- Born: 1781
- Died: 1873 (aged 89–90) Ellon, Aberdeenshire, Scotland
- Allegiance: United Kingdom
- Branch: British Army
- Rank: Captain
- Commands: 15th The King's Hussars
- Battles / wars: Napoleonic Wars Peninsular War; ;
- Relations: George Gordon, 3rd Earl of Aberdeen (father) Penelope Dearing (mother)

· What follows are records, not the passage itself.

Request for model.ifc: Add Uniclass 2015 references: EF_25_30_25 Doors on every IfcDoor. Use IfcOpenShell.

First a look at what the model holds.

```python
import ifcopenshell

model = ifcopenshell.open("model.ifc")
print(model.schema)
print("classifications:", [c.Name for c in model.by_type("IfcClassification")])
for ifc_class in ("IfcDoor", "IfcRoof", "IfcStair", "IfcWall", "IfcWindow"):
    print(ifc_class, len(model.by_type(ifc_class)))
```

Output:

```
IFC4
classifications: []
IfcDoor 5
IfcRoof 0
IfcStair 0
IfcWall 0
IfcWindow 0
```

```python
import ifcopenshell
import ifcopenshell.api.classification

model = ifcopenshell.open("model.ifc")

system = ifcopenshell.api.classification.add_classification(model, classification="Uniclass 2015")

codes = {
    "IfcDoor": ("EF_25_30_25", "Doors"),
}
for ifc_class, (code, name) in codes.items():
    products = model.by_type(ifc_class)
    ifcopenshell.api.classification.add_reference(
        model, products=products, classification=system, identification=code, name=name
    )
    print(code, len(products))

model.write("model_v2.ifc")
```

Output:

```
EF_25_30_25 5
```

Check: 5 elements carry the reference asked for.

= Alexander Gordon (British Army officer, born 1781) =

Alexander Gordon (1781–1873) was a British officer during the Napoleonic Wars. He was commissioned a captain in the 15th Hussars and he fought in the Peninsular War. His correspondence during the Corunna Campaign were collated and published early in the 20th century.

==Biography==
Gordon was the son of George Gordon, 3rd Earl of Aberdeen and his mistress Penelope Dearing. His commission was purchased for him in 1803. After service in the Peninsular War he sold his commission in 1811 on his marriage to Albinia Elizabeth Cumberland. He was acknowledged by the 3rd Earl as being his son and was provided for in the Earl's will. He died at Ellon in Aberdeenshire on 21 March 1873.

==Family==
On 20 May 1811 Gordon married Albinia Elizabeth, daughter of Richard Cumberland and granddaughter of Richard Cumberland and George Hobart, 3rd Earl of Buckinghamshire. They had five sons and four daughters:

- George John Robert Gordon, JP, DL, of Ellon Castle, Aberdeenshire (1812–1912)m British diplomat in Sweden and Germany who married Rosa Justina Young and had two sons and one daughter:
  - Cosmo Frederick Maitland Gordon (b.1843), naval officer
  - Alicia Albinia Georgiana Gordon (1845–1930), married Count Ivan von Dillen von Spiering of Württemberg
  - Arthur John Lewis Gordon (1847–1918), British diplomat, married 1885 Caroline Augusta Hamilton Gordon, daughter of Colonel Sir Alexander Hamilton Gordon (1817–1890)
- Sophia Albinia Georgiana Gordon, (b.1813)
- Bertie Edward Murray Gordon (1813–1870), army officer who married Katherine Alicia Hacket
- Richard Louis Hobart Gordon (1815–1835), naval officer who drowned in the wreck of HMS Challenger
- Harriet Albinia Louisa Gordon (1816–1854) who married Charles Elphinstone-Dalrymple, son of Sir Robert Dalrymple-Horn-Elphinstone, 1st Bart., and had one son:
  - William Robert Elphinstone-Dalrymple (b.1854), army officer
- William Everard Alphonso Gordon, CB (b.1817), naval officer
- Catherine Louisa Caroline Gordon, (b.1819)
- Charles Alexander Boswell Gordon (b.1823), army officer who married Eweretta Rosa Johnstone
- Eleanor Vere Gordon (1825–1916), artist and author who married the Rev. and Hon. Richard Cavendish Boyle, son of Edmund Boyle, 8th Earl of Cork, and had three sons and one daughter:
  - Isabella Albinia Boyle
  - Hamilton Richard Boyle (b.1848), army officer
  - Charles John Boyle (b.1849), army officer
  - Algernon Edward Richard Boyle, JP (b.1854)

==Bibliography==
H.C. Wylly (2009). "A Cavalry Officer in the Corunna Campaign, 1808-1809; The Journal of Captain Gordon of the 15th Hussars" "This is a valuable eye-witness account of an often overlooked campaign by a perceptive and informed professional observer".